▶ [WHAT YOU WILL DO]: Where the string "rooted" occurs in the material below, report the whole line.

▶ [SUPPLIED MATERIAL]:
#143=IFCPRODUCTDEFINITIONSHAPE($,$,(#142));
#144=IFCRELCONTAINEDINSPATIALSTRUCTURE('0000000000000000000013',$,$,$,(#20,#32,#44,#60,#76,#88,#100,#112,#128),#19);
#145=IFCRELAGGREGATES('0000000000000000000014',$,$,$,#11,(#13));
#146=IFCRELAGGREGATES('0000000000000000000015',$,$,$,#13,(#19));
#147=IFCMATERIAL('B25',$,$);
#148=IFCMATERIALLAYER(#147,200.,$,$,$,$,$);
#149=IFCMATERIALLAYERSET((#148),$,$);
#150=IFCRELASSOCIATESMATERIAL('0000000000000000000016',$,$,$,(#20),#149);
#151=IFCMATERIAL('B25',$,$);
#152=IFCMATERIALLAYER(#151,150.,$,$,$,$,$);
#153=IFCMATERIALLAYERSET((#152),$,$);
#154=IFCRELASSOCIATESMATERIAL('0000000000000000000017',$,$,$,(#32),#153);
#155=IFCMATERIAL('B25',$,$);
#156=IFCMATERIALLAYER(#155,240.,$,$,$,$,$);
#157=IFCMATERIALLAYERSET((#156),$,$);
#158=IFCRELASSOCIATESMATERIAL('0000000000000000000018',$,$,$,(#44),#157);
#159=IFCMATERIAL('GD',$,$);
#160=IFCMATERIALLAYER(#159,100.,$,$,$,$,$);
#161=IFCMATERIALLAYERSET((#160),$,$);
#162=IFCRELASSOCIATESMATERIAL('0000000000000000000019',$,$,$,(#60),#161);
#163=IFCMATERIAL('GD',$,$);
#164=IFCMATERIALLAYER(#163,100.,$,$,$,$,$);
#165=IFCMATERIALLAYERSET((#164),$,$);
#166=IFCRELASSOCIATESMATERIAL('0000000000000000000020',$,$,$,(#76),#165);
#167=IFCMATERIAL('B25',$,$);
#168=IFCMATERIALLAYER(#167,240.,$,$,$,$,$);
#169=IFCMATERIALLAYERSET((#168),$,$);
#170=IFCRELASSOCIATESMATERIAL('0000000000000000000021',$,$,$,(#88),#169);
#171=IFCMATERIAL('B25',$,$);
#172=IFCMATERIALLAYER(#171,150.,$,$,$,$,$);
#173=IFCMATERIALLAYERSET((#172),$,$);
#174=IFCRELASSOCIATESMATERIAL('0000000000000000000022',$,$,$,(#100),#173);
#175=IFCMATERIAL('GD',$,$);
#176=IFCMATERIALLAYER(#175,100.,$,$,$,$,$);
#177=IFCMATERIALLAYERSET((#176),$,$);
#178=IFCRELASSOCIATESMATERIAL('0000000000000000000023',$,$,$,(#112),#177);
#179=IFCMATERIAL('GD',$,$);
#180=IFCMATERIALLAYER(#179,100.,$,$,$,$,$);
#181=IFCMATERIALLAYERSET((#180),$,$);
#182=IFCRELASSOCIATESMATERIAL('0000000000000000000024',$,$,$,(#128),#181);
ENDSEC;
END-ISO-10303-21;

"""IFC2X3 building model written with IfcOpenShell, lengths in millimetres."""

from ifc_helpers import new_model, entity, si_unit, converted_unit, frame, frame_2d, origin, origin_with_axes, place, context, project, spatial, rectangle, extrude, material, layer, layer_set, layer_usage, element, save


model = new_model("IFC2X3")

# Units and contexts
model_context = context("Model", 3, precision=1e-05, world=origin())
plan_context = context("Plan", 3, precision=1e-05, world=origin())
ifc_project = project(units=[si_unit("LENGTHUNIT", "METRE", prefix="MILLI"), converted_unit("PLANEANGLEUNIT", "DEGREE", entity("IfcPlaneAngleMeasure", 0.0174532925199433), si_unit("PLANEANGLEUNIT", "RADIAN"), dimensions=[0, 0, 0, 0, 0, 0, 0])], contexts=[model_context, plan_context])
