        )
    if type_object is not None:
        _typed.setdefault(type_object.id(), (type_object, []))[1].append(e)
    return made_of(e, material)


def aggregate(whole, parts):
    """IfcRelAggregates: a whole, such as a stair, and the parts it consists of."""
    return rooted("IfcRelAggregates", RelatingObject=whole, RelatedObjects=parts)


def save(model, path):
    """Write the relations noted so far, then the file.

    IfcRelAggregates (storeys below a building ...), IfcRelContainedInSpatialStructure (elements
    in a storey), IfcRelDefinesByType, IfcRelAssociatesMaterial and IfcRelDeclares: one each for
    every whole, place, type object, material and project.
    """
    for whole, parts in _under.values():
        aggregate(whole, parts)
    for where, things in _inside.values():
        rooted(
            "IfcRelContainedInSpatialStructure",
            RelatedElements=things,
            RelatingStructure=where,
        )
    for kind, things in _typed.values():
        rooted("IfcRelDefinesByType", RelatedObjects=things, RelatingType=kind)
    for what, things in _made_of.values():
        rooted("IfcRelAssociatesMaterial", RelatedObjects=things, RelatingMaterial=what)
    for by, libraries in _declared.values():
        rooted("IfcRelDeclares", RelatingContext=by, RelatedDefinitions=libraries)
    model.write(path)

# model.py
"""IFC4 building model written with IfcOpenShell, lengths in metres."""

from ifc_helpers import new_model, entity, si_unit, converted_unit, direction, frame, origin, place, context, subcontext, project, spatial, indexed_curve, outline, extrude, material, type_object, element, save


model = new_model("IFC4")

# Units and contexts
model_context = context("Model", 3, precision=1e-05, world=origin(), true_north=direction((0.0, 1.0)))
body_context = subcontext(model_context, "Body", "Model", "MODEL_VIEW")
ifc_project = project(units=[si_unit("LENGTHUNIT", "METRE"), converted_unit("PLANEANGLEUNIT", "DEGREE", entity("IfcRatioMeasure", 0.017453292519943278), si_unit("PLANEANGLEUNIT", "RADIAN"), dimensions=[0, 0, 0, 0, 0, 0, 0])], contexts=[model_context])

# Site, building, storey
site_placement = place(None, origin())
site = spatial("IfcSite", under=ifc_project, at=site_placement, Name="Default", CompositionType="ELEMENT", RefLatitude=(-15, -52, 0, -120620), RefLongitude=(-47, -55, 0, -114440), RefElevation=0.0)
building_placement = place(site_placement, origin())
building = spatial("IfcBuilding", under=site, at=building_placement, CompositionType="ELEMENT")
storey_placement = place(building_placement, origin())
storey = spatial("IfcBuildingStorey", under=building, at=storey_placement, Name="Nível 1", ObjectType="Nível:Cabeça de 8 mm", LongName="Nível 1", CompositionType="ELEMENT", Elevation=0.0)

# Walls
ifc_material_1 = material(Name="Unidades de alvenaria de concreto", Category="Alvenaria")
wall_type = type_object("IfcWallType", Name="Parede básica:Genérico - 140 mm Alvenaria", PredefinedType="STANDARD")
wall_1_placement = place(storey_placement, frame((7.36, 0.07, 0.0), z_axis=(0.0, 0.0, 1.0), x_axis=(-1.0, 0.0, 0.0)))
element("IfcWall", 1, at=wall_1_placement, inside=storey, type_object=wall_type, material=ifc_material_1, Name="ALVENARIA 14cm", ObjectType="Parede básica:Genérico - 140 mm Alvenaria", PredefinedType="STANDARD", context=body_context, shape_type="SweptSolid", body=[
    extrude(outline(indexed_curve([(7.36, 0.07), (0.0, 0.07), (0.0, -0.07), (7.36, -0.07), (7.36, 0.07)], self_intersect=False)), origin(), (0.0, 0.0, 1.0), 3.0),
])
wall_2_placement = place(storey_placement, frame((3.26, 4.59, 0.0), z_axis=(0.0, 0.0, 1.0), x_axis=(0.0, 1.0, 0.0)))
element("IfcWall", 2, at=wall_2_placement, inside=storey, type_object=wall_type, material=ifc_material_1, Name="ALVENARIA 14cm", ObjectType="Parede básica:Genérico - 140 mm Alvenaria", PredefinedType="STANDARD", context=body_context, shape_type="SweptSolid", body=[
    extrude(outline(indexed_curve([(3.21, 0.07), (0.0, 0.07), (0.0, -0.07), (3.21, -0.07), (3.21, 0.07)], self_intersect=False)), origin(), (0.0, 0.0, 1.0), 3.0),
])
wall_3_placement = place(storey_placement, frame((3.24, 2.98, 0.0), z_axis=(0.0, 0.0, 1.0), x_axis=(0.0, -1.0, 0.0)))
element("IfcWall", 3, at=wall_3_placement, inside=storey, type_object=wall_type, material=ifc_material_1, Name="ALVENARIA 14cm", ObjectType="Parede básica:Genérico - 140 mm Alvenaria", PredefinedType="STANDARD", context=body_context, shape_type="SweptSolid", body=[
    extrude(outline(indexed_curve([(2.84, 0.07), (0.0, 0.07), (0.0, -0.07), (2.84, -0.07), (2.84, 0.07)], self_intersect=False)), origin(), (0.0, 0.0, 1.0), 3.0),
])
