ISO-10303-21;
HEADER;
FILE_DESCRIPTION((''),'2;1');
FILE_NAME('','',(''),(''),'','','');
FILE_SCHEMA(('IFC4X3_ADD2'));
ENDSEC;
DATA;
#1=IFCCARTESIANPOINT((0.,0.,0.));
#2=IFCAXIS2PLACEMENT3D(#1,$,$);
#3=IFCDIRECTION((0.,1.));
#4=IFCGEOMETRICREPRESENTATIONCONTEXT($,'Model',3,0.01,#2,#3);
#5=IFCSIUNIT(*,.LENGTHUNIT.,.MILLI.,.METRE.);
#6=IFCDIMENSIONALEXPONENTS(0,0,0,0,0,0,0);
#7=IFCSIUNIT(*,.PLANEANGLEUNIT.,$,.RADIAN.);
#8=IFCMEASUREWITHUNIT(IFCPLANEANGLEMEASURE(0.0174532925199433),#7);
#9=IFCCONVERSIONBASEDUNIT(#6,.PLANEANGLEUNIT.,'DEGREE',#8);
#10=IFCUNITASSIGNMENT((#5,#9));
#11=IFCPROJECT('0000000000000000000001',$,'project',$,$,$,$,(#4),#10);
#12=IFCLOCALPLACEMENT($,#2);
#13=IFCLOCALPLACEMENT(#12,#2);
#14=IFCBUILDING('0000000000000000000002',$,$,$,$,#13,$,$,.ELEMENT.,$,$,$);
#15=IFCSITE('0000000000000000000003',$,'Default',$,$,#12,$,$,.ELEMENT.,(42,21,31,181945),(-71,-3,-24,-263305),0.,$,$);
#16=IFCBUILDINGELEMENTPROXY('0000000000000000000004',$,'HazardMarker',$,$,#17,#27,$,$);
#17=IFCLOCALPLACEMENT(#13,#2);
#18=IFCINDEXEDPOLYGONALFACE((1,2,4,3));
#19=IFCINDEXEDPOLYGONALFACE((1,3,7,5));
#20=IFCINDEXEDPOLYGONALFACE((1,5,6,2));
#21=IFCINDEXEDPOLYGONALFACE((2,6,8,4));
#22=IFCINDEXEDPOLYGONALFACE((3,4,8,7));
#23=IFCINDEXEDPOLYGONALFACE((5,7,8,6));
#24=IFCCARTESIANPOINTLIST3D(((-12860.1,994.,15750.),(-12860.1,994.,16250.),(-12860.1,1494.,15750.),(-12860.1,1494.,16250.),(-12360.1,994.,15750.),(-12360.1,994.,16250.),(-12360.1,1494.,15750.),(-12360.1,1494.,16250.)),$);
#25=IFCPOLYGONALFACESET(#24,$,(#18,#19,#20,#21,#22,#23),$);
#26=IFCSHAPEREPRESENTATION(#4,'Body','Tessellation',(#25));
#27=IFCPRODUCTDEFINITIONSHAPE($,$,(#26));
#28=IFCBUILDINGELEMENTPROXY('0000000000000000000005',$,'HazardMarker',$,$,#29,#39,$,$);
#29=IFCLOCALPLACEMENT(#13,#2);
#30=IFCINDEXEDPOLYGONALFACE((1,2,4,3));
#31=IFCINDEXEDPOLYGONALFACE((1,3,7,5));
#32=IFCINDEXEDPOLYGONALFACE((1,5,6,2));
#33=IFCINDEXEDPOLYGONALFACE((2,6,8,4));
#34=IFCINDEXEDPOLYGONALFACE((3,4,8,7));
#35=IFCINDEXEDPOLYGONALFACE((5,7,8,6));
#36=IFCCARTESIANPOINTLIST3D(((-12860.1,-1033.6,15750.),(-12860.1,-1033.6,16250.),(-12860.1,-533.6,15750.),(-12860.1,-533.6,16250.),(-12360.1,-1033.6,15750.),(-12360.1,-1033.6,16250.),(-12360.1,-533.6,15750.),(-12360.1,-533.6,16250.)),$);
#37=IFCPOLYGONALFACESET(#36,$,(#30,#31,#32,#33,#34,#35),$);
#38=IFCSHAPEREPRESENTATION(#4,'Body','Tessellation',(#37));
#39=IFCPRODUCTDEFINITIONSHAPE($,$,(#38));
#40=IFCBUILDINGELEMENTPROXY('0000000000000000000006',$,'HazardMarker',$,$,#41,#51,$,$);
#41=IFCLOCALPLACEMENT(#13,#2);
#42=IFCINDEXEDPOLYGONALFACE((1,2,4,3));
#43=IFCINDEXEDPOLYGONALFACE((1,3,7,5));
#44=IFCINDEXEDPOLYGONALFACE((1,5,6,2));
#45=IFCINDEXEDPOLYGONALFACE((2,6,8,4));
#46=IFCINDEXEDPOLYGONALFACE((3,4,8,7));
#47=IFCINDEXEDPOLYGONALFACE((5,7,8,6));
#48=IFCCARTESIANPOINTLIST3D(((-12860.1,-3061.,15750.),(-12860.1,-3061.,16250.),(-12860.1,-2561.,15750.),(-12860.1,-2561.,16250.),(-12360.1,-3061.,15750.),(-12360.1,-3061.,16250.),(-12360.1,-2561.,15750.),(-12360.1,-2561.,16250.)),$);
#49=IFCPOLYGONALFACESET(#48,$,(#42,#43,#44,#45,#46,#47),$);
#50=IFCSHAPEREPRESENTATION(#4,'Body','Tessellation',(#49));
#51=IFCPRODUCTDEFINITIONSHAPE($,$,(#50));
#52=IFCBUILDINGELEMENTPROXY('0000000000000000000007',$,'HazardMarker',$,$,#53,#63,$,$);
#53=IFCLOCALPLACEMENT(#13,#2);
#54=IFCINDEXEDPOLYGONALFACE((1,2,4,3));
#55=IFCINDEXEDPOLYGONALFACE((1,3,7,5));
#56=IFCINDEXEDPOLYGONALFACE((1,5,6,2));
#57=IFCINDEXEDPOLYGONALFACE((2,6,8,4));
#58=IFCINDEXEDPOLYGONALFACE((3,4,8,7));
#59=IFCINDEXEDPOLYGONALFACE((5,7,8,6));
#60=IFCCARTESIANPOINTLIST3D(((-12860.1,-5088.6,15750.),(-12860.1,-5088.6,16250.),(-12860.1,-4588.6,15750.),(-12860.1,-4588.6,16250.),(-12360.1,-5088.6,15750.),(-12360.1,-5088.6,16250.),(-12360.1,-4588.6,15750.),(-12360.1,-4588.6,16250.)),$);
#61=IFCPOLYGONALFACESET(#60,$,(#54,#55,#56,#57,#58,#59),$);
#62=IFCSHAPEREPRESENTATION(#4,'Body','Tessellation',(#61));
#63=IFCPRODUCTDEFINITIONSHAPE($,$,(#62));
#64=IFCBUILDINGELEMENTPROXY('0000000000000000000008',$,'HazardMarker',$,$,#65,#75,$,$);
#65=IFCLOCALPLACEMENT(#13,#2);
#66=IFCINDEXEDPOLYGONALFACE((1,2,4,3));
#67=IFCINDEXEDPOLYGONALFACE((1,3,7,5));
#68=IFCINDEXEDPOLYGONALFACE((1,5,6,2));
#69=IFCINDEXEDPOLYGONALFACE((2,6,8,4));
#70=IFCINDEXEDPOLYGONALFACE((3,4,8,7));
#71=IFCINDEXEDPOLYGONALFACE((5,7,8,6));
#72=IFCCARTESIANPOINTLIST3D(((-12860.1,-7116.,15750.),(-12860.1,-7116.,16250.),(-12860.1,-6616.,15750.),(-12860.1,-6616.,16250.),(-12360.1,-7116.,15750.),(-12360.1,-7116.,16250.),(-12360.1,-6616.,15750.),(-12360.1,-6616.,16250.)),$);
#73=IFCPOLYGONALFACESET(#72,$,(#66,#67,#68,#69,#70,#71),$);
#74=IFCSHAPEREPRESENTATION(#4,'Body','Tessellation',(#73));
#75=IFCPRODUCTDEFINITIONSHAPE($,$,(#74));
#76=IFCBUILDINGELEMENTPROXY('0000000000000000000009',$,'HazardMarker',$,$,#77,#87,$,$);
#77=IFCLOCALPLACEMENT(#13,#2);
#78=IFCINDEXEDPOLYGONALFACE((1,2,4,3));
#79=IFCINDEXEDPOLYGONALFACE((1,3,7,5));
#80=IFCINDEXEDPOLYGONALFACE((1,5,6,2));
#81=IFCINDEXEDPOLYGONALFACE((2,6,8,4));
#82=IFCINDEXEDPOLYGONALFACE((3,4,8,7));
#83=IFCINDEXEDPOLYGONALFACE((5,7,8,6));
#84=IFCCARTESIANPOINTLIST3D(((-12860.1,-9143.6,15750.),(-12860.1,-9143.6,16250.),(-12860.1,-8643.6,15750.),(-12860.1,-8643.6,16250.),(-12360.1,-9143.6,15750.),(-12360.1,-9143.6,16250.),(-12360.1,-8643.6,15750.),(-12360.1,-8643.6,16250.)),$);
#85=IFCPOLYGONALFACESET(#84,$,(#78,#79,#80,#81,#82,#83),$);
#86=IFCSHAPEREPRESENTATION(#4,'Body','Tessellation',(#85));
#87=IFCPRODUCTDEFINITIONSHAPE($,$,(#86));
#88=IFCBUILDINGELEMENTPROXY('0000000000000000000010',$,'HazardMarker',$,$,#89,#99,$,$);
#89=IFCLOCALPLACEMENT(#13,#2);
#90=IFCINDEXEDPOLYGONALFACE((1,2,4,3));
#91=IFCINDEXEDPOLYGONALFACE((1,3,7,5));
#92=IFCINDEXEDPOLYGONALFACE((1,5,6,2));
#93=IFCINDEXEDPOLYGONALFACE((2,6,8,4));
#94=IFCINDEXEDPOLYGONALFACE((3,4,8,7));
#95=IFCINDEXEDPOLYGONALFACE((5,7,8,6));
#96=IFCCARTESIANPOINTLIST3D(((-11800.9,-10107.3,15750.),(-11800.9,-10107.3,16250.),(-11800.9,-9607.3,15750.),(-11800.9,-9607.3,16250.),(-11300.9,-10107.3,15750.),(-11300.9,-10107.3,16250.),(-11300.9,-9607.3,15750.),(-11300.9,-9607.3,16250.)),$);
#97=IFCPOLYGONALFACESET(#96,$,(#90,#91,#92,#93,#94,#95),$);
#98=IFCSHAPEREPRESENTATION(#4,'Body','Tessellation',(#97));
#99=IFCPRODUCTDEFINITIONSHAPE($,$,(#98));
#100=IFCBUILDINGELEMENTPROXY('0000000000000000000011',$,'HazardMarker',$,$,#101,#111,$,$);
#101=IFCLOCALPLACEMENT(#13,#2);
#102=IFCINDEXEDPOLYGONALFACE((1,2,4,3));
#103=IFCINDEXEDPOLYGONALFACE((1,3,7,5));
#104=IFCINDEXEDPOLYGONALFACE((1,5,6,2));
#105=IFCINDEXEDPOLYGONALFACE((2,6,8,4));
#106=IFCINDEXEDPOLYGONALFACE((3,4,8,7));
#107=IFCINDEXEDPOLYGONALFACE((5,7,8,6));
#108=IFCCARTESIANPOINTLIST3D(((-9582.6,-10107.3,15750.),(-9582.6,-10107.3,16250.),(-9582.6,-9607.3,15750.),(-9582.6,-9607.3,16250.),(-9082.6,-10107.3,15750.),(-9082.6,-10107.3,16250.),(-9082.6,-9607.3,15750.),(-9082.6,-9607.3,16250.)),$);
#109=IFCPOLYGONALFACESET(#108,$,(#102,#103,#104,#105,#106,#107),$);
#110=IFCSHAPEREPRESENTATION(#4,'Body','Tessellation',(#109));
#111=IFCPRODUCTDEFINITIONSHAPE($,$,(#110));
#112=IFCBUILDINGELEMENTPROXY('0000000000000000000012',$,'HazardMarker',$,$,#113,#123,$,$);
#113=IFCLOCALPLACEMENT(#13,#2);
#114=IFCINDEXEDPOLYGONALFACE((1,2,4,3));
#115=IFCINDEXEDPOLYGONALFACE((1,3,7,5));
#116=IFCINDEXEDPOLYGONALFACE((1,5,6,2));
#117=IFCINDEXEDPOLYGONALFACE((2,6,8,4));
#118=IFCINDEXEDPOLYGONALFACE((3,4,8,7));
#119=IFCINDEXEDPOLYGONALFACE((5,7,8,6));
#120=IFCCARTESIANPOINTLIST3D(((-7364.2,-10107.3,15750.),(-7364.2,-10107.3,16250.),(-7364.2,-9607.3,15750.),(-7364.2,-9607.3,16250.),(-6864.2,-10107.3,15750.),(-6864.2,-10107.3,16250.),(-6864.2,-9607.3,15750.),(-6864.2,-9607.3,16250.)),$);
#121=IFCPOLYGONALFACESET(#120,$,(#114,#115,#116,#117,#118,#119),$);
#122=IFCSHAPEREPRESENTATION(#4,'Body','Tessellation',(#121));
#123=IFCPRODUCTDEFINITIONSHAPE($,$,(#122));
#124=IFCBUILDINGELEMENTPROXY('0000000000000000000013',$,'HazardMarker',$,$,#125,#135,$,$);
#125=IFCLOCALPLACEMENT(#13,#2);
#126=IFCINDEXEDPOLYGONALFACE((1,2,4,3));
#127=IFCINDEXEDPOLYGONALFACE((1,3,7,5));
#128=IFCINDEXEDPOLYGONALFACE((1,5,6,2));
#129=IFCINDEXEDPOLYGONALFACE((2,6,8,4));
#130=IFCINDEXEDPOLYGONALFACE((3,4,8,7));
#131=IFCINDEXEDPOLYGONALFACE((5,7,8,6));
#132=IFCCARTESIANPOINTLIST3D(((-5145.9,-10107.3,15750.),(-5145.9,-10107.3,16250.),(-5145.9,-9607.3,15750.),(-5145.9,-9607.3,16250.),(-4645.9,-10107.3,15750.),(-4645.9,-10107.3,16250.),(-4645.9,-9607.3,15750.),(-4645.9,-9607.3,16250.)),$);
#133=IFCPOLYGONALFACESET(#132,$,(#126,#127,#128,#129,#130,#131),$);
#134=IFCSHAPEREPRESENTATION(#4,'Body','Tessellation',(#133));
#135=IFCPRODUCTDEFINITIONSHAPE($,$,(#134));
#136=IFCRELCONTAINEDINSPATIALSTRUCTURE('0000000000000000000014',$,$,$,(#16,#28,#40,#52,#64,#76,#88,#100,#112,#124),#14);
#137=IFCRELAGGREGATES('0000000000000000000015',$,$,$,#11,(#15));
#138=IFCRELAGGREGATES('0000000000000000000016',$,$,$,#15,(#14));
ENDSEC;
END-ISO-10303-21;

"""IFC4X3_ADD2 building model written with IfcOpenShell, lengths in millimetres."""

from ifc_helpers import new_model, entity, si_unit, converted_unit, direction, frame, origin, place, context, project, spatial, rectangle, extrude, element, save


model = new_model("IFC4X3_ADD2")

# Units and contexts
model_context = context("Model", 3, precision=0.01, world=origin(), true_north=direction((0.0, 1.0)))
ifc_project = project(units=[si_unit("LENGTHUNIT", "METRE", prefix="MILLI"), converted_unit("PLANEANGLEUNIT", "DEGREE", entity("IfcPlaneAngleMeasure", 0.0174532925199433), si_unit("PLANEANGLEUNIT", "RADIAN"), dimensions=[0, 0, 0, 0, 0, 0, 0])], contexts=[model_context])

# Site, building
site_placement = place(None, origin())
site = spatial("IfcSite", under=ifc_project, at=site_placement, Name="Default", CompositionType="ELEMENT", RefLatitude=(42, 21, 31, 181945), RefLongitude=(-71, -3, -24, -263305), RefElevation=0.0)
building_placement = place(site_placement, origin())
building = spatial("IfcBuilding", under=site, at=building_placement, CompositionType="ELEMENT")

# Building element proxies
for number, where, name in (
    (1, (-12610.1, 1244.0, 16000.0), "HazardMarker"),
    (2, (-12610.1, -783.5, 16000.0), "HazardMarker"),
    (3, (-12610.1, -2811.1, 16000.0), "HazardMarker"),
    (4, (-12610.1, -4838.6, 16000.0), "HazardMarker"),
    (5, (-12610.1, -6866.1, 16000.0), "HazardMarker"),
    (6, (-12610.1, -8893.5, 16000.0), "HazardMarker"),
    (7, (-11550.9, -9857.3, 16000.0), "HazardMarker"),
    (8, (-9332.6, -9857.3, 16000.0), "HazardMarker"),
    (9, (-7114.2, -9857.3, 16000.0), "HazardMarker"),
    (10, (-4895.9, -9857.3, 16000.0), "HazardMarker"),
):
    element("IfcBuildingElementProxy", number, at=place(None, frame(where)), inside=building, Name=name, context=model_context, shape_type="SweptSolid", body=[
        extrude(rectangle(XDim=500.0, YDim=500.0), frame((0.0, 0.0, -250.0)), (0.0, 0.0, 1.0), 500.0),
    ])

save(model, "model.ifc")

▶ [ANSWER]:
    return rooted("IfcRelAggregates", RelatingObject=whole, RelatedObjects=parts)
        rooted(
        rooted("IfcRelDefinesByType", RelatedObjects=things, RelatingType=kind)
        rooted("IfcRelAssociatesMaterial", RelatedObjects=things, RelatingMaterial=what)
        rooted("IfcRelDeclares", RelatingContext=by, RelatedDefinitions=libraries)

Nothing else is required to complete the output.